Similar patterns prevail elsewhere in the world. In South Africa, for example, having many sexual partners is reported as being equated with popularity and importance among young men (Abdool Karim and Morar, 1995). Interviews with high school students in Zimbabwe indicate that while boys can have (and indeed should have) many girlfriends, girls should stick to one (Bassett & Mhloyi, 1991). Although not all young men conform to the dominant versions of masculinity described above, those who fail to do so are often ridiculed and subjected to peer pressures to conform. Homophobic bullying of the form which implies that any man who fails to conform to the dominant gender stereotype must be 'homosexual',1 is but one of the many tactics employed in this process. Not only does such behaviour stigmatise sexual minorities, it serves to police the boundaries of a heterosexual masculinity in which multiple partnerships with women becomes the norm.

 

1 It should be emphasised that the term 'homosexual' is rarely the term used. Instead, phrases and descriptions within the local language and vernacular are employed. Sometimes these connote supposed passivity in sexual relations (with other men), sometimes they simply suggest that the individual concerned is not entirely 'heterosexual'.

While gender norms dictate that girls and women should remain poorly informed about sex and reproduction, young men are expected to be more knowledgeable, often as an indication of their sexual experience.
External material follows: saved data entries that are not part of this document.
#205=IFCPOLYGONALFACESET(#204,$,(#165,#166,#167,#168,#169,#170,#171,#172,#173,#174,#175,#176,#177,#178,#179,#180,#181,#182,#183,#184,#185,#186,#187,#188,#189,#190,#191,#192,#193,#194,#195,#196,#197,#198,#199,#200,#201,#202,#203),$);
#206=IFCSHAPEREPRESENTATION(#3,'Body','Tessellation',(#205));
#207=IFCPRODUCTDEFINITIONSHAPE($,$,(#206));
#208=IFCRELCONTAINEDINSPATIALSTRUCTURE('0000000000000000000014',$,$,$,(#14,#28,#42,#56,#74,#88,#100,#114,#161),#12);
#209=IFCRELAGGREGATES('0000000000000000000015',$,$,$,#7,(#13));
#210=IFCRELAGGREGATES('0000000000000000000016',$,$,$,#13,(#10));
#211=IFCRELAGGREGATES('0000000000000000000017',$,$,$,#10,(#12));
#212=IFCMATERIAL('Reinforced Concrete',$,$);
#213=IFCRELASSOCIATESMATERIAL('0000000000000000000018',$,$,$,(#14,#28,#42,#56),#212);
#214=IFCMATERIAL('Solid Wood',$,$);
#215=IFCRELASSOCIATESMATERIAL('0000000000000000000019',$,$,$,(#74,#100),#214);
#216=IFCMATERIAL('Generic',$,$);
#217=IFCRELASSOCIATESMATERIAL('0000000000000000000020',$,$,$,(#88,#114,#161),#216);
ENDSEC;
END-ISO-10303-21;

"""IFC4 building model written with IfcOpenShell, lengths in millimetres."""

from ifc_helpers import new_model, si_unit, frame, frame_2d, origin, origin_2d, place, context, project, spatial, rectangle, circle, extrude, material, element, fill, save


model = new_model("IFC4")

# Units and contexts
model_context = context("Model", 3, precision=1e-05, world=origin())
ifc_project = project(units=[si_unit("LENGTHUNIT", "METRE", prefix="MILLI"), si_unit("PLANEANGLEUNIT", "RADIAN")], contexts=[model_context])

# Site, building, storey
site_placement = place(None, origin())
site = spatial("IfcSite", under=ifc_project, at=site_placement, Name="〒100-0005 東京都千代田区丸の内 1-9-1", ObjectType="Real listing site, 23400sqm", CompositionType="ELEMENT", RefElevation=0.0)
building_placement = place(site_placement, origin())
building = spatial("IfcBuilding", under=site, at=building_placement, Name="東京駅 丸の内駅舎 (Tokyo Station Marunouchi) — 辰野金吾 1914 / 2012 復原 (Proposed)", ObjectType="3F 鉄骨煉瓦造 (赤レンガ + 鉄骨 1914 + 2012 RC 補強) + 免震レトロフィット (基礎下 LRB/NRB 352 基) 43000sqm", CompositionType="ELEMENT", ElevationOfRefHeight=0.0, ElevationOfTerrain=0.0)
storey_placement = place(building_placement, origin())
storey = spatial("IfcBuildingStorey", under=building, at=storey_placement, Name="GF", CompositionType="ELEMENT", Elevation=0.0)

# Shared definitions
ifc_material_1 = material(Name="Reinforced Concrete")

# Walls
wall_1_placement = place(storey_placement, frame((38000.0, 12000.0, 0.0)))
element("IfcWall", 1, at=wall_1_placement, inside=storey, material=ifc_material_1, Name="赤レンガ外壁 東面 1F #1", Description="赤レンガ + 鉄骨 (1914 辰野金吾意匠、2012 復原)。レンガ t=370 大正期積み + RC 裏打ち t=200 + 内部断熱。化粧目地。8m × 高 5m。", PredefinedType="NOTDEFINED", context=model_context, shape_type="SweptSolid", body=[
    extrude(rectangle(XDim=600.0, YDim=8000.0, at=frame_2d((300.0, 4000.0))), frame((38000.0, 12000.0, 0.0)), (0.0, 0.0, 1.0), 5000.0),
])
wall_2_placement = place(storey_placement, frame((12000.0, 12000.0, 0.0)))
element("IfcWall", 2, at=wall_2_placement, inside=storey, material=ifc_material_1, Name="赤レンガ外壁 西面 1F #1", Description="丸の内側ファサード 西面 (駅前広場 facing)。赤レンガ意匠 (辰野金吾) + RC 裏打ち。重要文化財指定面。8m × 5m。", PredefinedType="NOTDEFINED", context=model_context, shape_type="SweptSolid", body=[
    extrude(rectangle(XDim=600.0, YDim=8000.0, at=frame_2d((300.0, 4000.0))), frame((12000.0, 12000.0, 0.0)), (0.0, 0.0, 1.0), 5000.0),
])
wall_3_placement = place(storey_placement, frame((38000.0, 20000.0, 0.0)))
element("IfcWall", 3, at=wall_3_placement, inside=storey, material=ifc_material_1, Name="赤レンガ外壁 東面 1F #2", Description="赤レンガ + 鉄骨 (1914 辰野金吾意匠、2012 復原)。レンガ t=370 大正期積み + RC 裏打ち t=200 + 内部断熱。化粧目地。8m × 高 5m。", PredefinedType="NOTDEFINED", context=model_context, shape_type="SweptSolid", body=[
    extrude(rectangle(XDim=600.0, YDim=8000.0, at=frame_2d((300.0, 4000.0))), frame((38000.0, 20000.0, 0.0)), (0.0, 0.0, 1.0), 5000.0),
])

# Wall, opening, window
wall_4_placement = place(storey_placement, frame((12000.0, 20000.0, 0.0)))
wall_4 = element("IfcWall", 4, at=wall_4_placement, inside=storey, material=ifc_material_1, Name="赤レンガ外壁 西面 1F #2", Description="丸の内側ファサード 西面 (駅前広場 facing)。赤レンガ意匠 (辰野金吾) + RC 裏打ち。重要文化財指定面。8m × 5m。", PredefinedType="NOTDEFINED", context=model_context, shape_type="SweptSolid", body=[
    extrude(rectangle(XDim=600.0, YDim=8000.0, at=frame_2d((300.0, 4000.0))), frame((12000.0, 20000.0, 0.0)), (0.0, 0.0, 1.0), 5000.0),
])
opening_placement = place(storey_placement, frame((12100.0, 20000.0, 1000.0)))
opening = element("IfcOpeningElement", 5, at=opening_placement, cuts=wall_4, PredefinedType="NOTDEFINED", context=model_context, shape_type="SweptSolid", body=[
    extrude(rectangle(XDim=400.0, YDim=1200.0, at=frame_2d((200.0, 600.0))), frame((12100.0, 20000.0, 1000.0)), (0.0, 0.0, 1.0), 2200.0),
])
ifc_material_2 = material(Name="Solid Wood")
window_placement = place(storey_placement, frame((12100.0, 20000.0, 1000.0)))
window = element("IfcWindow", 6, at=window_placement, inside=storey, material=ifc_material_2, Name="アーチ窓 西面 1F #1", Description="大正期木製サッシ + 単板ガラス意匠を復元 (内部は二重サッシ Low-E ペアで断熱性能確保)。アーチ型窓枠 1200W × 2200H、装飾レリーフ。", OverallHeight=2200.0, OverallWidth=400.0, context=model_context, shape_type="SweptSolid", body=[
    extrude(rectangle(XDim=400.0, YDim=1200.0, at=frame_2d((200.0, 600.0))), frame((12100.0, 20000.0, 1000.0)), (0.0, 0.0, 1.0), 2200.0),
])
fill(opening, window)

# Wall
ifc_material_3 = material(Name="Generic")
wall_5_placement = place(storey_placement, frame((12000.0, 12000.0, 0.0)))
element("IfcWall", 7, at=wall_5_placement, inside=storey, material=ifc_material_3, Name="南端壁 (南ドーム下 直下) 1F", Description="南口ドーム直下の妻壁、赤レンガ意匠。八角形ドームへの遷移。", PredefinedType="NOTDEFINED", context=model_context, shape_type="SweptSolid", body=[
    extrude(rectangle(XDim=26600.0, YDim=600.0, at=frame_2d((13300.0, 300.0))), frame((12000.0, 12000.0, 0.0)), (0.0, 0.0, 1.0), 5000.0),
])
However, research in a variety of contexts shows that they may be often poorly informed, but because sexual ignorance is not socially acceptable young men are reluctant to admit that they are lacking in knowledge (Weiss, Whelan & Gupta, 1996). So while young women risk their sexual health because they must appear to be ignorant and so cannot openly seek information, young men risk their sexual health because they must appear to be knowledgeable and so cannot openly seek information either.

Importantly, the epidemic of HIV/AIDS has served to further entrench some gender inequalities and has placed young women at increased risk of HIV infection. Central among these is the tendency for some older men to seek partners who are less likely to be sexually experienced or, in their eyes, infected by HIV (Petchesky & Judd, 1998). This places young women at increased risk of becoming infected by older men who may have wide sexual experience (Panos, 1996). It is important to recognise that many young women who have HIV infection have had only one sexual partner, namely their husband (UNDP, 1993). Furthermore, families affected by HIV/AIDS may seek economic security by marrying their daughters prematurely to older men. Not only may this have serious implications for the sexual and reproductive health of the young women concerned, it may cut short their education and hold back social development.